§ Action item
Find and copy each line of the listing below that has the word "IFCREPRESENTATIONMAP" in it.

§ Task data
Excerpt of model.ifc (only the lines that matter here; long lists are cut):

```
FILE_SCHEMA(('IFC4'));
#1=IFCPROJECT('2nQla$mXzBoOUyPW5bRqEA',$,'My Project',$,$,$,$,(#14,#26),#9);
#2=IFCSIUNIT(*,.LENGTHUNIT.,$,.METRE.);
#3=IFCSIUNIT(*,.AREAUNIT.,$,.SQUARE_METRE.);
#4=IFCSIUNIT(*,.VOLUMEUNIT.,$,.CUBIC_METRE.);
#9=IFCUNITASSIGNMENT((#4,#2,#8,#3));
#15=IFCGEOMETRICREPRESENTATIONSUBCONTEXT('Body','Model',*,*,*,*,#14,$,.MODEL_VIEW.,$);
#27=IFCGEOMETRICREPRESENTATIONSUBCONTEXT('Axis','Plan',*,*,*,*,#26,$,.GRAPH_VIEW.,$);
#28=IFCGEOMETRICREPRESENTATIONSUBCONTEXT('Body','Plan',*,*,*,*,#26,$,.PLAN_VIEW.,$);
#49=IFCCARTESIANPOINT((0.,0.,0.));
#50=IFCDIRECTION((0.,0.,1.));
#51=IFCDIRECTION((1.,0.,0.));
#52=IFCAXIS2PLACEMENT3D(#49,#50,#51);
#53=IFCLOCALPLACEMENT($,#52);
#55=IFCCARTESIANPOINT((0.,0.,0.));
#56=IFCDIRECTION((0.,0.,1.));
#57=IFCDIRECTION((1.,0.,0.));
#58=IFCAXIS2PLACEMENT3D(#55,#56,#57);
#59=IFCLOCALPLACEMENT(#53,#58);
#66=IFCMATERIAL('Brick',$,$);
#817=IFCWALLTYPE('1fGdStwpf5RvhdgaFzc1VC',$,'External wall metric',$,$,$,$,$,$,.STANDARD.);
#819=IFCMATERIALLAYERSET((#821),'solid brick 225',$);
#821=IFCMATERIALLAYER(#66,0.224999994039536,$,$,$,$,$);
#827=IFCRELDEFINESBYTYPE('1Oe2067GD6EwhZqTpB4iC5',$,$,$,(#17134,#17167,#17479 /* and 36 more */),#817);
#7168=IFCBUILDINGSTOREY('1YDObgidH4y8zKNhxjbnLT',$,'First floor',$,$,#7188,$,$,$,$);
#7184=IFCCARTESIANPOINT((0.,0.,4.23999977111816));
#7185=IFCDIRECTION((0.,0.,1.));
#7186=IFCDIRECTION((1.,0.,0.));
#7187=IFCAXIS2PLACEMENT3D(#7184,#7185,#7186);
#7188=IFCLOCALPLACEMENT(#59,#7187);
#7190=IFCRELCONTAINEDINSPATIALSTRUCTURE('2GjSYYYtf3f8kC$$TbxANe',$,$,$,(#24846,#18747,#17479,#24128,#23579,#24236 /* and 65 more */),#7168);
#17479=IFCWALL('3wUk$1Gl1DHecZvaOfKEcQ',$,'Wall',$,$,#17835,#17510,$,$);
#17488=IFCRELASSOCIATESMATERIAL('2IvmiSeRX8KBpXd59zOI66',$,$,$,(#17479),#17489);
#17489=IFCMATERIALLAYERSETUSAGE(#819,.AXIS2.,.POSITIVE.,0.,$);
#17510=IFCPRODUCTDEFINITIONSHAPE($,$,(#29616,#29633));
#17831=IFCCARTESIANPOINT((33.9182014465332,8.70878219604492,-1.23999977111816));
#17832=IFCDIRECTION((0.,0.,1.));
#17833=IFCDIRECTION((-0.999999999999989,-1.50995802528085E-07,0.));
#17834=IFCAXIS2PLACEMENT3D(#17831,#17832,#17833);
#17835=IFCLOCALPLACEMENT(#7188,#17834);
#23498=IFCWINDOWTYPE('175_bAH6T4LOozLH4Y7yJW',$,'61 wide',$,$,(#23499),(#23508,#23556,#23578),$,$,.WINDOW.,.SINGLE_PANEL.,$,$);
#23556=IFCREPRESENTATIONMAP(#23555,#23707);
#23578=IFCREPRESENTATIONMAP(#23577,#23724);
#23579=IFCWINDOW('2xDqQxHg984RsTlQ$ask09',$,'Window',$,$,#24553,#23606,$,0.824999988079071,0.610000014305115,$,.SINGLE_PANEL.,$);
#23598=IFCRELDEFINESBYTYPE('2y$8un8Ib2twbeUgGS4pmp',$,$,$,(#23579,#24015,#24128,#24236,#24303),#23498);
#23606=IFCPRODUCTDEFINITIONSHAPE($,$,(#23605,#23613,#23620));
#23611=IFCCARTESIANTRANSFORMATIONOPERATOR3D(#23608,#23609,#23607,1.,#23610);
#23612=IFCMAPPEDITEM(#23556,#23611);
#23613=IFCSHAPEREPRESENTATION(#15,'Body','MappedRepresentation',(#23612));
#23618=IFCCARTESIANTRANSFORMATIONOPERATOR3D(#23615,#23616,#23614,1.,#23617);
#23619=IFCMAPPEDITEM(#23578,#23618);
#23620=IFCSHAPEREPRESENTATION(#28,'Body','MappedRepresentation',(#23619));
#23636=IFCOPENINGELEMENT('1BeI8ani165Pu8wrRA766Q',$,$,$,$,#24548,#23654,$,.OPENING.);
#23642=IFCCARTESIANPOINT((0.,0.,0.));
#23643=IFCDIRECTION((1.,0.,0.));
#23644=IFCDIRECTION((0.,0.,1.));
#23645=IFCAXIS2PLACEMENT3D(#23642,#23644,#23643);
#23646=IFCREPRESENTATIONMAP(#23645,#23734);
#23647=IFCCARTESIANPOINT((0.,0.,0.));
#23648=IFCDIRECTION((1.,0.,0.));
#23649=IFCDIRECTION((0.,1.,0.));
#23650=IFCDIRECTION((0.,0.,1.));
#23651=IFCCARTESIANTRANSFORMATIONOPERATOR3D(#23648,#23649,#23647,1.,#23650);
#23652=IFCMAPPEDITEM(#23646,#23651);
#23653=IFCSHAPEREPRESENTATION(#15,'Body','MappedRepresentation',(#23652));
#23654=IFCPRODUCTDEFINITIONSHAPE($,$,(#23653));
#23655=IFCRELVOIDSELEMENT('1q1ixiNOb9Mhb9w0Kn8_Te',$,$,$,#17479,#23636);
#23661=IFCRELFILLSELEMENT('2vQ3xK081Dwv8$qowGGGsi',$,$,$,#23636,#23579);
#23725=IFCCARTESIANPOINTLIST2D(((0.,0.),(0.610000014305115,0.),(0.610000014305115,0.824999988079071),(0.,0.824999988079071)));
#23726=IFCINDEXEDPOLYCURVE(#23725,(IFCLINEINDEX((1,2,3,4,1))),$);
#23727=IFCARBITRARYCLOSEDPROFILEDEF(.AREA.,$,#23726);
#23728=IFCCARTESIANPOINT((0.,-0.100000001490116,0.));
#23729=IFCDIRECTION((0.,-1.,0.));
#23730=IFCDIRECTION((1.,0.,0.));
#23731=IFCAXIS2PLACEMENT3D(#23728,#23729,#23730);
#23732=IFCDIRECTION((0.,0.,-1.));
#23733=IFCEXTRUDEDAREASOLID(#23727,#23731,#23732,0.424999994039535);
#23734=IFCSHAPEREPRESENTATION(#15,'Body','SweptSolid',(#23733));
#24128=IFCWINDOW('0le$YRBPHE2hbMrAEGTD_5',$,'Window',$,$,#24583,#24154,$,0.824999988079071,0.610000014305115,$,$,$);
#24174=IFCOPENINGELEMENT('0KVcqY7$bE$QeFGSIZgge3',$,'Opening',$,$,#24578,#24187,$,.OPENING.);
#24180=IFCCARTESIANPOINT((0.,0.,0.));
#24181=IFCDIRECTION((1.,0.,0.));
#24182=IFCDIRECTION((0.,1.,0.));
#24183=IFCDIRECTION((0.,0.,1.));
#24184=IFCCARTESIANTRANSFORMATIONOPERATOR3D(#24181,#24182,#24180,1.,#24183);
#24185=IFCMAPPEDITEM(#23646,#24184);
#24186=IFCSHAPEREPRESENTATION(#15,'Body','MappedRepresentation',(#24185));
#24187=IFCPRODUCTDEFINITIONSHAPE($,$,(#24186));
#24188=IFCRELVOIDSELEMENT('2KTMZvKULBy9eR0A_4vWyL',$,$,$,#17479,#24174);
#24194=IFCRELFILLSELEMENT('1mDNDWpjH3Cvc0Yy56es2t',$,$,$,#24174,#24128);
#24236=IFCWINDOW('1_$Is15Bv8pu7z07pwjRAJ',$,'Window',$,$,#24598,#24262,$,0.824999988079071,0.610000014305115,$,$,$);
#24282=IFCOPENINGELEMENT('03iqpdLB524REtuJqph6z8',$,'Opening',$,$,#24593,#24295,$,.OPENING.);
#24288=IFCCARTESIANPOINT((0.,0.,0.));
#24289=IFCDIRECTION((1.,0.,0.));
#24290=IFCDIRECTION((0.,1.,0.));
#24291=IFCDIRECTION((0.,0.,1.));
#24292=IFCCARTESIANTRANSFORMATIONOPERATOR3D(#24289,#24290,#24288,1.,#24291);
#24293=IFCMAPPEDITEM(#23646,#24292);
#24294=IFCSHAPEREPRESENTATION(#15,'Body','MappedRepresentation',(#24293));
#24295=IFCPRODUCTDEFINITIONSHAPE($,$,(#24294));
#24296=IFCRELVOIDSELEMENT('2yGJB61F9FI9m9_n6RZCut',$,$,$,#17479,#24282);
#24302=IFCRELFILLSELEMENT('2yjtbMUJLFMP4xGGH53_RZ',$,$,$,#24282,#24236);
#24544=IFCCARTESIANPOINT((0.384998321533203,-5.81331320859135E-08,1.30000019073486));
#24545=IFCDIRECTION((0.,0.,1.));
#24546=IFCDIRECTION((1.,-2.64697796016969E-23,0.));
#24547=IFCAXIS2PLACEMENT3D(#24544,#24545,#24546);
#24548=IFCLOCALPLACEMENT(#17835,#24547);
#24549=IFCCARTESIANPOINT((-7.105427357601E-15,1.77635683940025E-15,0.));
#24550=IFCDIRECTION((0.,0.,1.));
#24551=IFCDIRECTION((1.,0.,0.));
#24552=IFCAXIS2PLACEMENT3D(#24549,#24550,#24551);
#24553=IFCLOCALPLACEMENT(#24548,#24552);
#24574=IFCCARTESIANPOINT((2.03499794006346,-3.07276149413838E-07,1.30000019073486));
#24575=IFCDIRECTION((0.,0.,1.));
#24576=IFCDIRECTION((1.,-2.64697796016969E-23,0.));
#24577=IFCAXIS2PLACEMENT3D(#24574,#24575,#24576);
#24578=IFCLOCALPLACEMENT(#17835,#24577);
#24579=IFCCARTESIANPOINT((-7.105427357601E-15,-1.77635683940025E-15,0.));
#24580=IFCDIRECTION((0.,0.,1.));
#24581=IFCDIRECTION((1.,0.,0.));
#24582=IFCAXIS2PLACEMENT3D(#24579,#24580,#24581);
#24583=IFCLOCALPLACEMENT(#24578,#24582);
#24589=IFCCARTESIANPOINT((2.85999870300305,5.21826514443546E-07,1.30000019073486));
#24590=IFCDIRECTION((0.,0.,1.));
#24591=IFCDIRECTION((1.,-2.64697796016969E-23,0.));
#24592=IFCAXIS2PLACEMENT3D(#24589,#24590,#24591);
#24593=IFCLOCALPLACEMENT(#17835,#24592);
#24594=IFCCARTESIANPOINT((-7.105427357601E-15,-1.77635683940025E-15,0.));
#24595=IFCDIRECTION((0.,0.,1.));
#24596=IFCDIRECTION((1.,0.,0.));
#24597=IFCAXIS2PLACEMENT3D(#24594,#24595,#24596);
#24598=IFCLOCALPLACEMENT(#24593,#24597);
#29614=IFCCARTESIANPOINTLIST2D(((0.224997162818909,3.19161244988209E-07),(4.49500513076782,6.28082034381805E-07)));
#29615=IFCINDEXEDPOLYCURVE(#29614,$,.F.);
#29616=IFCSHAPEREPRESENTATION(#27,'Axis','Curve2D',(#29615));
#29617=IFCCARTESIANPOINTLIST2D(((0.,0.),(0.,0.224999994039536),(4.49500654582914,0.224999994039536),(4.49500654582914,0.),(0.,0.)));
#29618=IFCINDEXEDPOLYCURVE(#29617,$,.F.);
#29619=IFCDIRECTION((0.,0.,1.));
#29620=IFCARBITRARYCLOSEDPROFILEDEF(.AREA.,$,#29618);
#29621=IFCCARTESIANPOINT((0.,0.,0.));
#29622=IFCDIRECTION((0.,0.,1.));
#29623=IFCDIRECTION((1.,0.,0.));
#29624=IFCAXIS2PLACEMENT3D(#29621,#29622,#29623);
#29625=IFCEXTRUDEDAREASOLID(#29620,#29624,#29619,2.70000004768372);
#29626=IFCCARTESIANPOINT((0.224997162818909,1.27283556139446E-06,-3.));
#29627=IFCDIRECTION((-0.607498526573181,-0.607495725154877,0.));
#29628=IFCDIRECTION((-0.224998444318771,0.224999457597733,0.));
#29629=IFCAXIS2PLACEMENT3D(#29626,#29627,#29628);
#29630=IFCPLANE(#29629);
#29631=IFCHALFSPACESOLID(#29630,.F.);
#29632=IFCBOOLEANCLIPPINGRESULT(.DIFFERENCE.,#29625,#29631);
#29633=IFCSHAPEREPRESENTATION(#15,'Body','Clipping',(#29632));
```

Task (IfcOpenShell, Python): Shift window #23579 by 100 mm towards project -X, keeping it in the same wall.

```python
import ifcopenshell
import ifcopenshell.api.geometry
import ifcopenshell.util.placement
import ifcopenshell.util.unit

model = ifcopenshell.open("model.ifc")
unit_scale = ifcopenshell.util.unit.calculate_unit_scale(model)

window = model.by_guid("2xDqQxHg984RsTlQ$ask09")
opening = window.FillsVoids[0].RelatingOpeningElement
wall = opening.VoidsElements[0].RelatingBuildingElement

wall_matrix = ifcopenshell.util.placement.get_local_placement(wall.ObjectPlacement)
shift = wall_matrix[:3, 0] * 0.1 / unit_scale
before = ifcopenshell.util.placement.get_local_placement(window.ObjectPlacement)[:3, 3].copy()

# The window is placed relative to its opening, so it follows when the opening moves.
matrix = ifcopenshell.util.placement.get_local_placement(opening.ObjectPlacement)
matrix[:3, 3] += shift
ifcopenshell.api.geometry.edit_object_placement(
    model, product=opening, matrix=matrix, is_si=False, should_transform_children=True
)

after = ifcopenshell.util.placement.get_local_placement(window.ObjectPlacement)[:3, 3]
print("window moved by", (after - before).round(3) + 0.0)

model.write("model_rev.ifc")
```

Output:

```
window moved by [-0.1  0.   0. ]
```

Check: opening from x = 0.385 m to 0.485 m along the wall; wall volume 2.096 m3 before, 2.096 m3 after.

§ Solution to the problem
#23556=IFCREPRESENTATIONMAP(#23555,#23707);
#23578=IFCREPRESENTATIONMAP(#23577,#23724);
#23646=IFCREPRESENTATIONMAP(#23645,#23734);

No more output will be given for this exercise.